EXERCISE BRIEF:
Look through the material below and copy exactly the lines from the line with "#78=IFCINDEXEDPOLYGONALFACE((1,9,10,6,5,2));" to the line with "#110=IFCINDEXEDPOLYGONALFACE((6,10,12,8));", those two lines included.
━━━━━ THE DATA ━━━━━
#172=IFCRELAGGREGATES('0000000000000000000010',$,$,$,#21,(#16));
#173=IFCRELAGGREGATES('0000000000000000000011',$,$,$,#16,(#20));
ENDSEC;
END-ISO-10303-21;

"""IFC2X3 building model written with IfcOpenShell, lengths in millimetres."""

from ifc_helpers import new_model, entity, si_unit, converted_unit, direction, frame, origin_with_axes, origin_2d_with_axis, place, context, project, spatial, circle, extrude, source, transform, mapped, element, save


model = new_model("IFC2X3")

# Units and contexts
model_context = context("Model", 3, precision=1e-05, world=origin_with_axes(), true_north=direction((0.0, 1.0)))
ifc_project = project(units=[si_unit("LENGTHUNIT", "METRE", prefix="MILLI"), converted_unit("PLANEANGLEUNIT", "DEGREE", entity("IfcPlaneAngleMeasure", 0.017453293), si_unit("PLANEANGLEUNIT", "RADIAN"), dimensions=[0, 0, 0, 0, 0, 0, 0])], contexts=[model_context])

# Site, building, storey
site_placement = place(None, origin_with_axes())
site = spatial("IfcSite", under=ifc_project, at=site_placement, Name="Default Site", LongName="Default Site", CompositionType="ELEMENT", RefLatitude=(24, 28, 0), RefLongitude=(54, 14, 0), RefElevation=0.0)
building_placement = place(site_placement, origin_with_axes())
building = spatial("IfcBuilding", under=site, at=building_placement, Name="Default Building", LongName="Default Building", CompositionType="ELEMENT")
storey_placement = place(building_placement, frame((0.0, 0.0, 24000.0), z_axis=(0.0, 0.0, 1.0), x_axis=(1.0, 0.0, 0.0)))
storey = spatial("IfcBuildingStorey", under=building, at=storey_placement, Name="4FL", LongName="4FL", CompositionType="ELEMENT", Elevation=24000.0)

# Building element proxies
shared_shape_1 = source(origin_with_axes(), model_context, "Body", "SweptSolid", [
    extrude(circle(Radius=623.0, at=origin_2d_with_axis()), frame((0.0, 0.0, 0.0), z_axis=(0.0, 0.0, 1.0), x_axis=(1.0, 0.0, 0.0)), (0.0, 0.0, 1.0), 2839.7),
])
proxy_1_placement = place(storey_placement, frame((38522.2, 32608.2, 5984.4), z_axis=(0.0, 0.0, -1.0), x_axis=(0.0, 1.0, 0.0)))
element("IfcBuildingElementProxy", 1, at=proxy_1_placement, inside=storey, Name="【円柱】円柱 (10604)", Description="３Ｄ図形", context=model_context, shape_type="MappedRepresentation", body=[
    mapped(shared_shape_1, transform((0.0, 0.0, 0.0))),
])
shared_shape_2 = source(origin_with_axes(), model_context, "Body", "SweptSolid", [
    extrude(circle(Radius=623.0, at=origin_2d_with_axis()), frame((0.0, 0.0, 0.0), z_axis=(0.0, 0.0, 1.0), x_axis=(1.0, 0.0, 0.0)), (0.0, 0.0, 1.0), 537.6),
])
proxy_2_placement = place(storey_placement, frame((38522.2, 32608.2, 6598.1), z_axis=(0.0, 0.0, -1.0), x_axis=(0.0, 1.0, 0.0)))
━━━━━
━━━━━ THE DATA ━━━━━
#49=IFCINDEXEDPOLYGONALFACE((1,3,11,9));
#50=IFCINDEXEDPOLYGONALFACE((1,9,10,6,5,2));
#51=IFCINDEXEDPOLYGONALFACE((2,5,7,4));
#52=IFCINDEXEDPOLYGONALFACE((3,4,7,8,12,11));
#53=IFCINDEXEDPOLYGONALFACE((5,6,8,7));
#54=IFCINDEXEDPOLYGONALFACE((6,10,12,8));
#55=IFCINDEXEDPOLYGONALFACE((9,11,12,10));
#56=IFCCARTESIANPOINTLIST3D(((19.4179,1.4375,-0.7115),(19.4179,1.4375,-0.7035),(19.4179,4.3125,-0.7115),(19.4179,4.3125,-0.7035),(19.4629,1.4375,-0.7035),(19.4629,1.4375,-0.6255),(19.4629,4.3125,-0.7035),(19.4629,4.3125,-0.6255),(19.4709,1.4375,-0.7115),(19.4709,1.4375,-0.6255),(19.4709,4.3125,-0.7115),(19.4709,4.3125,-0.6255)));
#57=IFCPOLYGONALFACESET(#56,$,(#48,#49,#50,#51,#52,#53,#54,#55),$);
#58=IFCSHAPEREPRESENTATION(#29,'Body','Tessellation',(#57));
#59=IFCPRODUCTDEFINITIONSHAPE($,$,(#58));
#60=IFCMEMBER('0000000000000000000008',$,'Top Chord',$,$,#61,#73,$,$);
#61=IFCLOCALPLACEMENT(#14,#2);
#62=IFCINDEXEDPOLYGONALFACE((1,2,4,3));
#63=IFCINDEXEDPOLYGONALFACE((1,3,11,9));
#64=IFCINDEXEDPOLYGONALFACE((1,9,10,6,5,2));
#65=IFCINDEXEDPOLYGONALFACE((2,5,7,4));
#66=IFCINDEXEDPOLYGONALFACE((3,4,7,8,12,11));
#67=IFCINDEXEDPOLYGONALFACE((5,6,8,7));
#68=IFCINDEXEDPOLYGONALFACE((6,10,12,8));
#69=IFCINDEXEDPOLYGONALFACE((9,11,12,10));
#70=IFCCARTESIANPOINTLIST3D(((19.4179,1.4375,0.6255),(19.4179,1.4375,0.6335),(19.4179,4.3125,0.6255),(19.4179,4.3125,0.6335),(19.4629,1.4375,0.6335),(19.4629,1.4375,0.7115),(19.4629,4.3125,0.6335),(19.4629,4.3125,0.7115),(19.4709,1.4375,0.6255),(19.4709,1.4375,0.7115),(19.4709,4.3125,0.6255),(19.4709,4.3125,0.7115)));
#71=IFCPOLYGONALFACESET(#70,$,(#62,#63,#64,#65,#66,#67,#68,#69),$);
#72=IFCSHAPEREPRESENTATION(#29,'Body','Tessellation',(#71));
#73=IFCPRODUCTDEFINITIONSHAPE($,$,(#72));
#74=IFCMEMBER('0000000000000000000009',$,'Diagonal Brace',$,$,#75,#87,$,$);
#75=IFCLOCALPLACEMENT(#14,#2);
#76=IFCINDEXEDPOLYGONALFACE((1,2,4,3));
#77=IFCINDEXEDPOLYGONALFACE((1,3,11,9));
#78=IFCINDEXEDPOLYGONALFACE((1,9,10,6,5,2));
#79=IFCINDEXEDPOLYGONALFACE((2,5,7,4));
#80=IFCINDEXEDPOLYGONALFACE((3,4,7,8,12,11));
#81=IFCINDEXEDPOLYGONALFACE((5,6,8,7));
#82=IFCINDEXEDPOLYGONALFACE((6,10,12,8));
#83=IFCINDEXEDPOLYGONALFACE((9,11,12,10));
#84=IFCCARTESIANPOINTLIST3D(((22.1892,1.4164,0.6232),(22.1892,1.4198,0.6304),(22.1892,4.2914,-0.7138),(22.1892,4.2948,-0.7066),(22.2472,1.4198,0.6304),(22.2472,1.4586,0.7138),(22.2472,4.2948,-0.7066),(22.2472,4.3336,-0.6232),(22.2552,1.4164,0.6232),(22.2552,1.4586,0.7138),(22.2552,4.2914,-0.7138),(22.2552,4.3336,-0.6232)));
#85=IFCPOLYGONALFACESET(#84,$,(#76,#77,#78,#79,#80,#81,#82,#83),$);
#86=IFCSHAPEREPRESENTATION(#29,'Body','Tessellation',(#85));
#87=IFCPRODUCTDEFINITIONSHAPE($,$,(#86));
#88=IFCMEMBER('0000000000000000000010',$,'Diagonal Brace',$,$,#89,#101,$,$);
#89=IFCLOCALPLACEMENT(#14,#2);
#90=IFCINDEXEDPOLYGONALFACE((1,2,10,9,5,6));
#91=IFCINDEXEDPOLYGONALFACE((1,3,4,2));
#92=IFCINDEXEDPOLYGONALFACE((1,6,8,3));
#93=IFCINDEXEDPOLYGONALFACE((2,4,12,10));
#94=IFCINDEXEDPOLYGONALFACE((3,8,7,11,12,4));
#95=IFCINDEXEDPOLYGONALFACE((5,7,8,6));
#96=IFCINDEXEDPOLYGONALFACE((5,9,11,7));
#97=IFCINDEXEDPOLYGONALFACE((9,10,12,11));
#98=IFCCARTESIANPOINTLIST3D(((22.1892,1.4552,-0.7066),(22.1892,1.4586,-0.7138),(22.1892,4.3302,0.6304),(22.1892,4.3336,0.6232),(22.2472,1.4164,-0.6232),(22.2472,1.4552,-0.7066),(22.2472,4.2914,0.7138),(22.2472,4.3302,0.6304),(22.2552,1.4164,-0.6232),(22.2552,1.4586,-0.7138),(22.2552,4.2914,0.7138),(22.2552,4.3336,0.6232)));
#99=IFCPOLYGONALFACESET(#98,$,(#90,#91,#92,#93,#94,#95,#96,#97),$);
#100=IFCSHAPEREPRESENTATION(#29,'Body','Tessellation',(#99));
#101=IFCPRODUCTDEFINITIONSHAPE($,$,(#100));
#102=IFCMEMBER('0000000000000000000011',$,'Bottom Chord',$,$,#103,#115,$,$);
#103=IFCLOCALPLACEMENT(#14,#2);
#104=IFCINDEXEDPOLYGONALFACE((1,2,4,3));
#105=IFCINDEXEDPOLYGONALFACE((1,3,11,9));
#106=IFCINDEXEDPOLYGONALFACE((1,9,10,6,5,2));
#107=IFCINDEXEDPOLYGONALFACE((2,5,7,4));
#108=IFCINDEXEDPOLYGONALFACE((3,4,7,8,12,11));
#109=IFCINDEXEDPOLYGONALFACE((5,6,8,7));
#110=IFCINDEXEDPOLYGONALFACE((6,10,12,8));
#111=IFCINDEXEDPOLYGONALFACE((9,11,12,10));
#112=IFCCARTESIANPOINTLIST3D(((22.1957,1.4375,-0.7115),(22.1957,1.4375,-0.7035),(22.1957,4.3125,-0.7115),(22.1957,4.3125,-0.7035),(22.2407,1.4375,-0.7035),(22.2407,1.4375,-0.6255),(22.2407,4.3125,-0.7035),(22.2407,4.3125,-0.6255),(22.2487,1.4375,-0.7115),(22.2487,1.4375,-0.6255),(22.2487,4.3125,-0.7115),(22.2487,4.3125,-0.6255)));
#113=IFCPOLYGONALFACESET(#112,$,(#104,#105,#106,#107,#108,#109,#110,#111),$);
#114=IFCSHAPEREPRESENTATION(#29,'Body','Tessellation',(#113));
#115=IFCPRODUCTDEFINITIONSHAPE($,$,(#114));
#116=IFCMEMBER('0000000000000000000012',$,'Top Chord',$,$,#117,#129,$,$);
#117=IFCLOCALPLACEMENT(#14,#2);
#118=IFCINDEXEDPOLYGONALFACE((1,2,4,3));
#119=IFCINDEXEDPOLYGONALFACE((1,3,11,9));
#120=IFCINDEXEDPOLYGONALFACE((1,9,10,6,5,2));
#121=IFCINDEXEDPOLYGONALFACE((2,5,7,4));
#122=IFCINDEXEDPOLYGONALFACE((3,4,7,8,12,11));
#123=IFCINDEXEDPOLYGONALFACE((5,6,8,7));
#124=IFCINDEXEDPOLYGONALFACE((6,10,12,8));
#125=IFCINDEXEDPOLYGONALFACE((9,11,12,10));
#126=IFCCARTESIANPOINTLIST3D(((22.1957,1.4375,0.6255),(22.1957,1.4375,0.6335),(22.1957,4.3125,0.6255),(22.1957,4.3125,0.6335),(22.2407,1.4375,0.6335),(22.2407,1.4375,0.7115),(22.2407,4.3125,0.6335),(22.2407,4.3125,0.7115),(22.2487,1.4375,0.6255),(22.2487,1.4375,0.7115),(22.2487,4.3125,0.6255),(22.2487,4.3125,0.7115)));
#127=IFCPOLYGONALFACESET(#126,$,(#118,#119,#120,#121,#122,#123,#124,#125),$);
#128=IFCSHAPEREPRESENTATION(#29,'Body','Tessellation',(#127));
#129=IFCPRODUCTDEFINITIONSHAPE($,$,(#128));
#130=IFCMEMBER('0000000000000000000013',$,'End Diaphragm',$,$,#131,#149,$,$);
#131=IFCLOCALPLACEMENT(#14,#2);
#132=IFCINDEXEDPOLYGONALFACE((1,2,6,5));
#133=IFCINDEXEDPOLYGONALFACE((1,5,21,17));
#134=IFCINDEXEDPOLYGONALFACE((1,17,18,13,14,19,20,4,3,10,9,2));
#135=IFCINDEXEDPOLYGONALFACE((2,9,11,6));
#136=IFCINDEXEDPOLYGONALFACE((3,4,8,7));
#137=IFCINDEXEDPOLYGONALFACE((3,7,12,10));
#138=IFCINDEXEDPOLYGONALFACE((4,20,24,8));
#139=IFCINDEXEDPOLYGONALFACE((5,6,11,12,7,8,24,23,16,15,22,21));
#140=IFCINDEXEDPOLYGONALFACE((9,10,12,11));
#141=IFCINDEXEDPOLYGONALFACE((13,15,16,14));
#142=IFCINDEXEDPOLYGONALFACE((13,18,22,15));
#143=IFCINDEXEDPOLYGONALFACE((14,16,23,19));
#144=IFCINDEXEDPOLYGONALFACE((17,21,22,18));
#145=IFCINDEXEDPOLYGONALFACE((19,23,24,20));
━━━━━
SOLUTION BELOW:
#78=IFCINDEXEDPOLYGONALFACE((1,9,10,6,5,2));
#79=IFCINDEXEDPOLYGONALFACE((2,5,7,4));
#80=IFCINDEXEDPOLYGONALFACE((3,4,7,8,12,11));
#81=IFCINDEXEDPOLYGONALFACE((5,6,8,7));
#82=IFCINDEXEDPOLYGONALFACE((6,10,12,8));
#83=IFCINDEXEDPOLYGONALFACE((9,11,12,10));
#84=IFCCARTESIANPOINTLIST3D(((22.1892,1.4164,0.6232),(22.1892,1.4198,0.6304),(22.1892,4.2914,-0.7138),(22.1892,4.2948,-0.7066),(22.2472,1.4198,0.6304),(22.2472,1.4586,0.7138),(22.2472,4.2948,-0.7066),(22.2472,4.3336,-0.6232),(22.2552,1.4164,0.6232),(22.2552,1.4586,0.7138),(22.2552,4.2914,-0.7138),(22.2552,4.3336,-0.6232)));
#85=IFCPOLYGONALFACESET(#84,$,(#76,#77,#78,#79,#80,#81,#82,#83),$);
#86=IFCSHAPEREPRESENTATION(#29,'Body','Tessellation',(#85));
#87=IFCPRODUCTDEFINITIONSHAPE($,$,(#86));
#88=IFCMEMBER('0000000000000000000010',$,'Diagonal Brace',$,$,#89,#101,$,$);
#89=IFCLOCALPLACEMENT(#14,#2);
#90=IFCINDEXEDPOLYGONALFACE((1,2,10,9,5,6));
#91=IFCINDEXEDPOLYGONALFACE((1,3,4,2));
#92=IFCINDEXEDPOLYGONALFACE((1,6,8,3));
#93=IFCINDEXEDPOLYGONALFACE((2,4,12,10));
#94=IFCINDEXEDPOLYGONALFACE((3,8,7,11,12,4));
#95=IFCINDEXEDPOLYGONALFACE((5,7,8,6));
#96=IFCINDEXEDPOLYGONALFACE((5,9,11,7));
#97=IFCINDEXEDPOLYGONALFACE((9,10,12,11));
#98=IFCCARTESIANPOINTLIST3D(((22.1892,1.4552,-0.7066),(22.1892,1.4586,-0.7138),(22.1892,4.3302,0.6304),(22.1892,4.3336,0.6232),(22.2472,1.4164,-0.6232),(22.2472,1.4552,-0.7066),(22.2472,4.2914,0.7138),(22.2472,4.3302,0.6304),(22.2552,1.4164,-0.6232),(22.2552,1.4586,-0.7138),(22.2552,4.2914,0.7138),(22.2552,4.3336,0.6232)));
#99=IFCPOLYGONALFACESET(#98,$,(#90,#91,#92,#93,#94,#95,#96,#97),$);
#100=IFCSHAPEREPRESENTATION(#29,'Body','Tessellation',(#99));
#101=IFCPRODUCTDEFINITIONSHAPE($,$,(#100));
#102=IFCMEMBER('0000000000000000000011',$,'Bottom Chord',$,$,#103,#115,$,$);
#103=IFCLOCALPLACEMENT(#14,#2);
#104=IFCINDEXEDPOLYGONALFACE((1,2,4,3));
#105=IFCINDEXEDPOLYGONALFACE((1,3,11,9));
#106=IFCINDEXEDPOLYGONALFACE((1,9,10,6,5,2));
#107=IFCINDEXEDPOLYGONALFACE((2,5,7,4));
#108=IFCINDEXEDPOLYGONALFACE((3,4,7,8,12,11));
#109=IFCINDEXEDPOLYGONALFACE((5,6,8,7));
#110=IFCINDEXEDPOLYGONALFACE((6,10,12,8));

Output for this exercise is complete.